§ **EXERCISE AIM**: Lines holding the string "IFCQUANTITYAREA" are the ones to copy from this listing.

§ **DATA FOR THIS EXERCISE**:
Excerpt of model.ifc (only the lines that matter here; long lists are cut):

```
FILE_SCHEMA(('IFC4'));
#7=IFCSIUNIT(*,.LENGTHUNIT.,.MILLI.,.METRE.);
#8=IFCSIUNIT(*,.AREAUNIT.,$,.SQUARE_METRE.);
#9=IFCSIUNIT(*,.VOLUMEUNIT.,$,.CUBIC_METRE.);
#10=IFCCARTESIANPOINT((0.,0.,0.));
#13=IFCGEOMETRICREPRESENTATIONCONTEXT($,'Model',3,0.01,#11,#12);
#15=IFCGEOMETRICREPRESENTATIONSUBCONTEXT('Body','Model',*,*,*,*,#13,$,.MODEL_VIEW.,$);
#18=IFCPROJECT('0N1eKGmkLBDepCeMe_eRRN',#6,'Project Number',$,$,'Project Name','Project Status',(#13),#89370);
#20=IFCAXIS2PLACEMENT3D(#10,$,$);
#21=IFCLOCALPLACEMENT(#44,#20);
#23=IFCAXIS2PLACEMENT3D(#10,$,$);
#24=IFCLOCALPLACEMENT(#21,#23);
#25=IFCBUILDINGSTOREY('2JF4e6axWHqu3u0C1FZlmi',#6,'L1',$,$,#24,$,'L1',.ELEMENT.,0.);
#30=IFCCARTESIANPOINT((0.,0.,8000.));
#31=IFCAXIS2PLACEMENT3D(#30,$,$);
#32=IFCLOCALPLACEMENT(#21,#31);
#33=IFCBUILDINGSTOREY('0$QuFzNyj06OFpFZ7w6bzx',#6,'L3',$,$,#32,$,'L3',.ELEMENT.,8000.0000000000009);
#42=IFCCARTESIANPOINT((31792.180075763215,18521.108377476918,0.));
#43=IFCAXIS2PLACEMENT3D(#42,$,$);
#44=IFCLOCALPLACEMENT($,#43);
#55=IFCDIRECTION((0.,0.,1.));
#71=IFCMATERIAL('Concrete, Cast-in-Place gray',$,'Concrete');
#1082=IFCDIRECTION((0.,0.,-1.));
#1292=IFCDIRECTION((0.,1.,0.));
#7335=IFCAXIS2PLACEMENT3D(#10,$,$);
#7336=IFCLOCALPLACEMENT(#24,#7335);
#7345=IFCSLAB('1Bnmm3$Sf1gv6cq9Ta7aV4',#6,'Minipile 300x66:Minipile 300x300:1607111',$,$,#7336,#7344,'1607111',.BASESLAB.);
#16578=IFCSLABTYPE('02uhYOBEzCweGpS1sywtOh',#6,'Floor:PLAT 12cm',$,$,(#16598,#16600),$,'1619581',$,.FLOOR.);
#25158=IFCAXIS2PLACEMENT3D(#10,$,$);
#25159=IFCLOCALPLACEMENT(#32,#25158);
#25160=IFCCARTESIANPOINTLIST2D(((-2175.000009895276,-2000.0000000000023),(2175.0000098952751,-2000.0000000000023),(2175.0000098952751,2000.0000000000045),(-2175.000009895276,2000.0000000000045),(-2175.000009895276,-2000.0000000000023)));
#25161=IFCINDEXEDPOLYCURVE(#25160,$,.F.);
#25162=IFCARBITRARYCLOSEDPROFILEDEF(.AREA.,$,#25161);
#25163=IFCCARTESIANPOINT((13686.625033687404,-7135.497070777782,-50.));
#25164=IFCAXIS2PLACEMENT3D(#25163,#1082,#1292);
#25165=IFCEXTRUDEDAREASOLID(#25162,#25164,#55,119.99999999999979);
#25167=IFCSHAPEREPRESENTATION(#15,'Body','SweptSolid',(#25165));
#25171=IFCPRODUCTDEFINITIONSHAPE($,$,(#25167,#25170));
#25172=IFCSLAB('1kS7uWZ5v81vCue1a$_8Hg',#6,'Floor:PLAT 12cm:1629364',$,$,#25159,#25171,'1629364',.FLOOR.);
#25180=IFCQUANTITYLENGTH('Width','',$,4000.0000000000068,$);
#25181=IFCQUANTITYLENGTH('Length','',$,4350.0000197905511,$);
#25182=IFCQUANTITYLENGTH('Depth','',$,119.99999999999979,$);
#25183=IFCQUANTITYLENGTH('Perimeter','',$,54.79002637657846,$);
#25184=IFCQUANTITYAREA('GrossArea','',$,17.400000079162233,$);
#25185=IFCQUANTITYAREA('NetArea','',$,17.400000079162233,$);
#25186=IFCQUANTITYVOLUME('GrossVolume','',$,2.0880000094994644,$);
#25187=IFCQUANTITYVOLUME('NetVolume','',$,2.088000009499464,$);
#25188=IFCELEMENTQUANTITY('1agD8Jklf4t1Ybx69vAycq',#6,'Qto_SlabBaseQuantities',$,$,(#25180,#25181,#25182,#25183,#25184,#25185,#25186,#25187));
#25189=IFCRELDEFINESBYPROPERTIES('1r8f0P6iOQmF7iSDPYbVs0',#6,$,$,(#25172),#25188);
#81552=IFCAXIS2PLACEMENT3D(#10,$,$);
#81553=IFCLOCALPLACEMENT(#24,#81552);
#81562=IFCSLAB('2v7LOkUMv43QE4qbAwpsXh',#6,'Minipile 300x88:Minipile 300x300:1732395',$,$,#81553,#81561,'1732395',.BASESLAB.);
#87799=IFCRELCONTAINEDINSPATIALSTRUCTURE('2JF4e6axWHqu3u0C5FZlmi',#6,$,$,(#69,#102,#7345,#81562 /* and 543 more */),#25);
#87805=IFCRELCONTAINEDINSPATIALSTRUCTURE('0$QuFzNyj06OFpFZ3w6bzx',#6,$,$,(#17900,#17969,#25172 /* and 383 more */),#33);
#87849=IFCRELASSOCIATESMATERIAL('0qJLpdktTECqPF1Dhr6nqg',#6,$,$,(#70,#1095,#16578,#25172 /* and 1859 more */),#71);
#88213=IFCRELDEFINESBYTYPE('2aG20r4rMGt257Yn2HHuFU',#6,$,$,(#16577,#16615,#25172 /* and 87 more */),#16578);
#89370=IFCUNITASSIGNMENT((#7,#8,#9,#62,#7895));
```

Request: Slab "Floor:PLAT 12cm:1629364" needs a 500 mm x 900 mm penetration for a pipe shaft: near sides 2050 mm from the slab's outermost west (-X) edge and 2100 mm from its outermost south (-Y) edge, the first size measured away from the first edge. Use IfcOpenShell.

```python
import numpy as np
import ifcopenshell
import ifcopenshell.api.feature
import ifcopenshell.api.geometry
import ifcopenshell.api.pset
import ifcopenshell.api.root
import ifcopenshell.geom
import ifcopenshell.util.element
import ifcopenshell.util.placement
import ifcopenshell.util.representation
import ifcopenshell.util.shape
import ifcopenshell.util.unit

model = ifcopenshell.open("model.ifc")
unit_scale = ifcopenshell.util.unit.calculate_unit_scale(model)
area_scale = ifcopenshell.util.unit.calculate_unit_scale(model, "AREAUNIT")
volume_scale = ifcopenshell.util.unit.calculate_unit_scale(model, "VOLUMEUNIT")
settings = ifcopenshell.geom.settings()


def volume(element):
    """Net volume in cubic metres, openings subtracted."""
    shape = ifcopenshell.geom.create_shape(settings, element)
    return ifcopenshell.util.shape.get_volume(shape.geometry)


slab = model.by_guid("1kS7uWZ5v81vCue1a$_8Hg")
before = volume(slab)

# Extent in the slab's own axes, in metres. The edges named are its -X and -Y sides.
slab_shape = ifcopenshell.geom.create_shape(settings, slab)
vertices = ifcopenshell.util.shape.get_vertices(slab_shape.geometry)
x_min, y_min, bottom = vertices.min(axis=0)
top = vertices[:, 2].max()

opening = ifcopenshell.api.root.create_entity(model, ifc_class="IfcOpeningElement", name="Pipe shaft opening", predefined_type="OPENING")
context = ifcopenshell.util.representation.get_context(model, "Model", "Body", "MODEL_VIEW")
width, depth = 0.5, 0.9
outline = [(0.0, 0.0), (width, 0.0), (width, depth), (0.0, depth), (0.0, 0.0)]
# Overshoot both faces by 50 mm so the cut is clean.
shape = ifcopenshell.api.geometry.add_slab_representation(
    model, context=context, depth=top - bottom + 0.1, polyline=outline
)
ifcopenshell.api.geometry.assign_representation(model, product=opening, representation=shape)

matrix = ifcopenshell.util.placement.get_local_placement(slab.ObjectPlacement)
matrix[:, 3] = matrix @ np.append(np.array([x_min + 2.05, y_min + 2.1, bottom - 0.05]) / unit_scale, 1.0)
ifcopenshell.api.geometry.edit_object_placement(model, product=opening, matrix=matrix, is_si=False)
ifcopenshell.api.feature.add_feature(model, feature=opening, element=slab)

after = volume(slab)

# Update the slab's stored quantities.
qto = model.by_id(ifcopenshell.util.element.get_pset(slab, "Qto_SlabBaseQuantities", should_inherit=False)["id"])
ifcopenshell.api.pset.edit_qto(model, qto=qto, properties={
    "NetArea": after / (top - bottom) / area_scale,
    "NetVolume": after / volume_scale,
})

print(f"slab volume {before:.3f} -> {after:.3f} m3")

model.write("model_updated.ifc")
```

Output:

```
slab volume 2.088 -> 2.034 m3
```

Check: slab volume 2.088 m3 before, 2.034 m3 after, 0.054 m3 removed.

§ **RESULT OF THIS TASK**:
#25184=IFCQUANTITYAREA('GrossArea','',$,17.400000079162233,$);
#25185=IFCQUANTITYAREA('NetArea','',$,17.400000079162233,$);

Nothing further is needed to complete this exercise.